WAITING: The CBD’s new tenants have been slow in arriving. Getting people to invest in the CBD has been a hard slog for leasing agents.
THE IPSWICH CBD has been a focus of the local news for years now and every time the issue comes up someone fires up to say it wouldn’t have died if Riverlink didn’t open.
The comment in part is correct.
When Riverlink started trading in 2007 the CBD was mortally wounded.
But what the critics conveniently forget to recognise is the fact the CBD was already on life support.
It is not unfair to say it was becoming a wasteland.
Shoppers had deserted it and were heading off down the road in their cars and going to the closest major shopping centre and spending their cash.
You couldn’t blame them, there was great concern for public safety and there was a major lack of retail choice.
Millions of dollars in retail spend was draining away and ending up in the coffers of out of town owners.
Leda Holdings Bob Ell did what most developers had shied away from doing and that was to commit $250m
into building a major shopping centre on the old Railway Workshop land.

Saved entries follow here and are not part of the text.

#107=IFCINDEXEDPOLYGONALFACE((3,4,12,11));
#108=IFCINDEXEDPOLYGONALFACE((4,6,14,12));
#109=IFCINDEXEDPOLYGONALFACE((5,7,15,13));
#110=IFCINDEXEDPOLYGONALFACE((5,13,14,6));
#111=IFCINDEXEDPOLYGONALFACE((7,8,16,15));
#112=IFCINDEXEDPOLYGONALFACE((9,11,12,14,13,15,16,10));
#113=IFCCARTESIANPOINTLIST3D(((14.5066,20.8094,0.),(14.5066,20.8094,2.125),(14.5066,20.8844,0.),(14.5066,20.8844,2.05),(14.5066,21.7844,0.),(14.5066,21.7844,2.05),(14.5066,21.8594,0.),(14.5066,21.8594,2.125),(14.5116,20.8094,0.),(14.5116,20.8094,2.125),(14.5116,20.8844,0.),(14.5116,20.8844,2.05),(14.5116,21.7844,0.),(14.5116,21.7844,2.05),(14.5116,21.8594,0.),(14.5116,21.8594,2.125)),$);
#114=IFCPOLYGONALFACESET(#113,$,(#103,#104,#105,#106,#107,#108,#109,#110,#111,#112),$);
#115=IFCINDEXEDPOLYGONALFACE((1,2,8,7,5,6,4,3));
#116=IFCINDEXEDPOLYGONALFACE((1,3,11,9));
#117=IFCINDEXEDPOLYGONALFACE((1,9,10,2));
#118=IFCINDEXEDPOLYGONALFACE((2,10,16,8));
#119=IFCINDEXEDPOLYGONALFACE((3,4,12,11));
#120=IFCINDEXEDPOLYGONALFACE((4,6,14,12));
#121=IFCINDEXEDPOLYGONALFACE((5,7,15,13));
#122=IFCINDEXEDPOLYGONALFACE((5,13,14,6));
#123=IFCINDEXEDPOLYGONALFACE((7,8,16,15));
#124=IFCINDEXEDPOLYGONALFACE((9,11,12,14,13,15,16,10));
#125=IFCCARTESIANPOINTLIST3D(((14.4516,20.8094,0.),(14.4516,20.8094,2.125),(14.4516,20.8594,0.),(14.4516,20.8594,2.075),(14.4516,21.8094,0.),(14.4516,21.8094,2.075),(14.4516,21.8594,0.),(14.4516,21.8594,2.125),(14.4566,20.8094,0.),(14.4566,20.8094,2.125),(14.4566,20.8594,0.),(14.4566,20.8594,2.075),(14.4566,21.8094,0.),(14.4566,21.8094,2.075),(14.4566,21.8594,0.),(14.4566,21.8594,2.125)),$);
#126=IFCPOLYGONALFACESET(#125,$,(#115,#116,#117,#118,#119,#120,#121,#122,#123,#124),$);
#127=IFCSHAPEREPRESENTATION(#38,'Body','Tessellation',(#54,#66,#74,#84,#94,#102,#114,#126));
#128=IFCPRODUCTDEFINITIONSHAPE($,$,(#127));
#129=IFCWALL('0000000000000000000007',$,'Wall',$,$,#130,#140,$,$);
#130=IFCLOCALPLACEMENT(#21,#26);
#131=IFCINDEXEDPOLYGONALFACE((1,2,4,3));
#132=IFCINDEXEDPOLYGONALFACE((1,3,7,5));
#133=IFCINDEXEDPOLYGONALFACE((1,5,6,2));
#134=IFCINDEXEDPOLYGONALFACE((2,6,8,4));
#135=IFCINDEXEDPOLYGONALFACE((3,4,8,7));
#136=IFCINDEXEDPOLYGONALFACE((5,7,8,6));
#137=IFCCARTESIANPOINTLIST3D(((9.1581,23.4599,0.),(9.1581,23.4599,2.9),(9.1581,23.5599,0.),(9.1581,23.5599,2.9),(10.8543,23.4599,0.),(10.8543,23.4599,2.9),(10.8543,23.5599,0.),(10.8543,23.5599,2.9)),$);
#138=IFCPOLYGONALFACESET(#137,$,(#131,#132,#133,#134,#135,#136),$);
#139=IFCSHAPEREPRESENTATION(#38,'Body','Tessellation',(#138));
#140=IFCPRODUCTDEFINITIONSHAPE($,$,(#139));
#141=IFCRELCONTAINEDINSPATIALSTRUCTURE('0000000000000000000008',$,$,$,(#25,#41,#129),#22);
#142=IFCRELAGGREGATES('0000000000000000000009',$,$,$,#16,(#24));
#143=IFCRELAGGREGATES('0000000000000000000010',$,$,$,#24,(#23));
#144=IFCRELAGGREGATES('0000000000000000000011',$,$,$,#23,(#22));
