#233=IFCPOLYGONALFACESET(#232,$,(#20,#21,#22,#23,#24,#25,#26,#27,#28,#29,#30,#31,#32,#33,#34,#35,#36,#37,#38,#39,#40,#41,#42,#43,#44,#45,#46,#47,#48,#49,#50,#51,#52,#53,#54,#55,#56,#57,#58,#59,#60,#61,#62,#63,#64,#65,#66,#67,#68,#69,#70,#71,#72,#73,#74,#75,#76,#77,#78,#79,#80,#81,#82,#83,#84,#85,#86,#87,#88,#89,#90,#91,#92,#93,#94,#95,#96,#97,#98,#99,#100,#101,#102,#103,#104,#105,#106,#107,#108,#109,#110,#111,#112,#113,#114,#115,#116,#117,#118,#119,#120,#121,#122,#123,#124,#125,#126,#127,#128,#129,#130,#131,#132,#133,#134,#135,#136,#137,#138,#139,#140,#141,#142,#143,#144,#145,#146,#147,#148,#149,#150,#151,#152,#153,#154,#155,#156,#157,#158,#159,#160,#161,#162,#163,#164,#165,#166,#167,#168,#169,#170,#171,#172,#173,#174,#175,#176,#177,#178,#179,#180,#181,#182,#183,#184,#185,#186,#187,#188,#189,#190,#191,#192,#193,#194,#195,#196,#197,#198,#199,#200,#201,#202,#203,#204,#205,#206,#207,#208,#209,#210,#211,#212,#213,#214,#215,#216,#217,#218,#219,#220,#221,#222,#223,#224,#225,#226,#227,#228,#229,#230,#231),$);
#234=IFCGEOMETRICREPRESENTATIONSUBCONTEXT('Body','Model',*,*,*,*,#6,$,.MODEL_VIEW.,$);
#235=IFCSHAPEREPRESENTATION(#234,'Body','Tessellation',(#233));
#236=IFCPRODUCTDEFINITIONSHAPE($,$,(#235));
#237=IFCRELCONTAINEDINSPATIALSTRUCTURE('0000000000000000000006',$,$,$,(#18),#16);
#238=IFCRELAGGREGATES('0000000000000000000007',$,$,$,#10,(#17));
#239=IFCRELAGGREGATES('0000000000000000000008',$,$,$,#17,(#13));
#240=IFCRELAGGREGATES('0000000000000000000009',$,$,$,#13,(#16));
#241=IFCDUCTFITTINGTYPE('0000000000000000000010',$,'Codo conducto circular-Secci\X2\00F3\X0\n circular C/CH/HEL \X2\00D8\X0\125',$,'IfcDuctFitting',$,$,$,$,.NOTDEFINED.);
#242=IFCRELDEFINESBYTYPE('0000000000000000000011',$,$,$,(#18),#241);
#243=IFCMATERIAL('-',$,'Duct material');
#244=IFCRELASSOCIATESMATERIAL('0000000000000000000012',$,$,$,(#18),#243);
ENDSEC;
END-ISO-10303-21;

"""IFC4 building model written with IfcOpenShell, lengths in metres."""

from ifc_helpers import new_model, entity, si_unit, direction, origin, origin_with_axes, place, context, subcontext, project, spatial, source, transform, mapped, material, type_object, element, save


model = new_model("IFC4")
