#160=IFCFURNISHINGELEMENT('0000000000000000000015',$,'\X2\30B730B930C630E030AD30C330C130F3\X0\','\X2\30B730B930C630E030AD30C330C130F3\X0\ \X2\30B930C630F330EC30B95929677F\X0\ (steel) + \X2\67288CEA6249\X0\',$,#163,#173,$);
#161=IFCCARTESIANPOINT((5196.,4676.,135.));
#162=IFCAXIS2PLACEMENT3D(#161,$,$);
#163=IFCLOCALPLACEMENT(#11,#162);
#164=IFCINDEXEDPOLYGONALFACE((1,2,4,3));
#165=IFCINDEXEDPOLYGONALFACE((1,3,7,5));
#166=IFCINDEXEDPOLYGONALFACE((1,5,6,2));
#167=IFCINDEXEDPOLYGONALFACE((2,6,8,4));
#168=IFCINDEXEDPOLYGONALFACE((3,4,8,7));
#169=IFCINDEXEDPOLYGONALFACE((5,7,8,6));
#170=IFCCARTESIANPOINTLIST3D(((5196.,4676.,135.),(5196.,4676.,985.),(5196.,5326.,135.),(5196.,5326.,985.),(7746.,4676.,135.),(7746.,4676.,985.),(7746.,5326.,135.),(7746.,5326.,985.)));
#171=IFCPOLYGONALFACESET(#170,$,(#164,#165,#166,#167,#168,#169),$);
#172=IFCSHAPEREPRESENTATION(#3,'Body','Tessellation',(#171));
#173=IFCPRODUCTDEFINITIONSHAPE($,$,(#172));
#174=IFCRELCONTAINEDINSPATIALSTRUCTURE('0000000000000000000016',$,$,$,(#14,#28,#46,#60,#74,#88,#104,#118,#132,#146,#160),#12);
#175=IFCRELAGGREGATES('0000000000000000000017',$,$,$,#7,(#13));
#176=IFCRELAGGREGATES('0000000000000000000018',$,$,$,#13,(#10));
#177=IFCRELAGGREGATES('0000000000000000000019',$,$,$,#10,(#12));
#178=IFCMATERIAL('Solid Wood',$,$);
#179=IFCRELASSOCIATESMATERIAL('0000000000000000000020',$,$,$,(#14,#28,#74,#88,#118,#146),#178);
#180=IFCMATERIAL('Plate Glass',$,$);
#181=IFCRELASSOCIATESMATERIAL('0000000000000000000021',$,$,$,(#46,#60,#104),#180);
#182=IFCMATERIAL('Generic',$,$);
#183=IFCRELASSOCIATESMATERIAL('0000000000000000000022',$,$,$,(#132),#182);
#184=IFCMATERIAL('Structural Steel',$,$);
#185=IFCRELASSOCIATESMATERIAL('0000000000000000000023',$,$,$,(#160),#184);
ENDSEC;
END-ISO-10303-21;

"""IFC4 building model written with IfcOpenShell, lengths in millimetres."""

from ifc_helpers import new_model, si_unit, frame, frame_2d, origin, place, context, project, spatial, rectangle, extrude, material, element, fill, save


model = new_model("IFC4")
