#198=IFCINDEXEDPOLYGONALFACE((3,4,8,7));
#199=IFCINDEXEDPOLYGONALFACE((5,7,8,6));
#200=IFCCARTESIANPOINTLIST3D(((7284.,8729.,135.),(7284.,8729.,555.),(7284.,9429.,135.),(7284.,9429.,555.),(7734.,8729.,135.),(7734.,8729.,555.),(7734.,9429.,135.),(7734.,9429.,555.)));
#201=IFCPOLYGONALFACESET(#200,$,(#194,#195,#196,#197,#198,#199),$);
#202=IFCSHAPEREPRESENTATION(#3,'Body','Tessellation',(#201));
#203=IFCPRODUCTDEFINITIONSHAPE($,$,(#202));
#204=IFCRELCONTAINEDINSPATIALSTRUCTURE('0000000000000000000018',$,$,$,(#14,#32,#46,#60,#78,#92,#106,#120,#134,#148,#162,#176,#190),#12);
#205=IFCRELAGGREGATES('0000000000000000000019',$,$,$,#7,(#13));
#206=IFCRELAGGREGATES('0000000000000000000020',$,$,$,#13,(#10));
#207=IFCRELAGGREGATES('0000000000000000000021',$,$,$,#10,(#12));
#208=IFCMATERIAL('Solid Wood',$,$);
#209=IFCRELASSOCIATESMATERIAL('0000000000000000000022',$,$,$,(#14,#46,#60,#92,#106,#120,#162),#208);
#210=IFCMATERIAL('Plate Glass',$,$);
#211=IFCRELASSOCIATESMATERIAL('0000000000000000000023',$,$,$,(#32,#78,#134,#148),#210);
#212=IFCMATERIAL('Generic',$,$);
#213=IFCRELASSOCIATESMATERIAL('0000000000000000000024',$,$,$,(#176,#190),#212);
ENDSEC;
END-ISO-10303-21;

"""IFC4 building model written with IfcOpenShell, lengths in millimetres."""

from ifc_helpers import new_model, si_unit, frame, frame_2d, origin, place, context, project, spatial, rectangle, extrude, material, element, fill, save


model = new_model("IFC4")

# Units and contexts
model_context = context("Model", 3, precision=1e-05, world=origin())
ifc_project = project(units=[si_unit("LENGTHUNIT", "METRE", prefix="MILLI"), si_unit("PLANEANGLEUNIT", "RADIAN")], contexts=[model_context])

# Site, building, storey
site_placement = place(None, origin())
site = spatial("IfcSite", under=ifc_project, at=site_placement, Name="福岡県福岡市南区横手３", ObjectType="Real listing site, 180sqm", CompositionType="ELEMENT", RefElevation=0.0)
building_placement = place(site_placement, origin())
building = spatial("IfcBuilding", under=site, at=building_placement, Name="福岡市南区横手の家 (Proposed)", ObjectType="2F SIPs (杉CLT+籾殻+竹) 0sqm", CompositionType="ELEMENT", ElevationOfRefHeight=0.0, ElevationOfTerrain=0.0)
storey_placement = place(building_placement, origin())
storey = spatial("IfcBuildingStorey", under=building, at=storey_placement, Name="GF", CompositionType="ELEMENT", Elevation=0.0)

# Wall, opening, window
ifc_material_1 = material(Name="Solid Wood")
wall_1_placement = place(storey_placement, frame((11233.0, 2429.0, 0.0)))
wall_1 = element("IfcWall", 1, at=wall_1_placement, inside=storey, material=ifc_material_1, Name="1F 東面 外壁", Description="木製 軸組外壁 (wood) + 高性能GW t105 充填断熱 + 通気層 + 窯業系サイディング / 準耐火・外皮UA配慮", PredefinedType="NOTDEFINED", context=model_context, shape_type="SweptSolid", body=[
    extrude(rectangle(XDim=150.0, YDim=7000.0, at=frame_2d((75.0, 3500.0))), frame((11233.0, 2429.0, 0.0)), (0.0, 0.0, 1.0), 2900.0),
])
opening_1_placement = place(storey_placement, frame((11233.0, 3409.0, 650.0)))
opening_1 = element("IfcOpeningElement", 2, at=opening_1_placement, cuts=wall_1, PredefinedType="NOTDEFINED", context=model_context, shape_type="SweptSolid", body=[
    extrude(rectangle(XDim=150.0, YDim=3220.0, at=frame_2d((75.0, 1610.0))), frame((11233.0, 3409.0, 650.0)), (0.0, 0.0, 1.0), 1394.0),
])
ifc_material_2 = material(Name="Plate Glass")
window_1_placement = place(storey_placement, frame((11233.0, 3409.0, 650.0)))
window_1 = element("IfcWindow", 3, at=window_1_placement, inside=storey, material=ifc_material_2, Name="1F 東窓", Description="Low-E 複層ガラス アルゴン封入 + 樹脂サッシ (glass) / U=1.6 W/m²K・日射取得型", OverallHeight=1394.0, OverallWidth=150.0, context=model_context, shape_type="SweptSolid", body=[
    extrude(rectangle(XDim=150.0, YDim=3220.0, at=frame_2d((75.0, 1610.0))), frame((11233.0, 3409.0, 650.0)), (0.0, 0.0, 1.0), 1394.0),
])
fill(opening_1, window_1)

Leda had to spend millions on firstly rehabilitating the land which had become a toxic waste dump after years of neglect and pollution by the railways.
When finished locals had the opportunity to turn their cars around and they did.
Instead of driving down the highway they supported Riverlink.
It gave local retailers who had been slowly going bankrupt in the CBD the chance to move across the river and save their businesses.
Riverlink also presented job opportunities for locals and over the years thousands have called it their workplace.
The debacle surrounding the council buying property in the CBD is another story and shouldn’t be confused with the history of Riverlink.
A rejuvenated CBD with the new council chambers and library and the right tenant mix can work in tandem with Riverlink.
And that is the key fact here.
The question every ratepayer should now be asking is how many millions is council now throwing at securing
retailers and are these retailers just a replica of what is already over the river?
I hope to answer that question in the coming issues.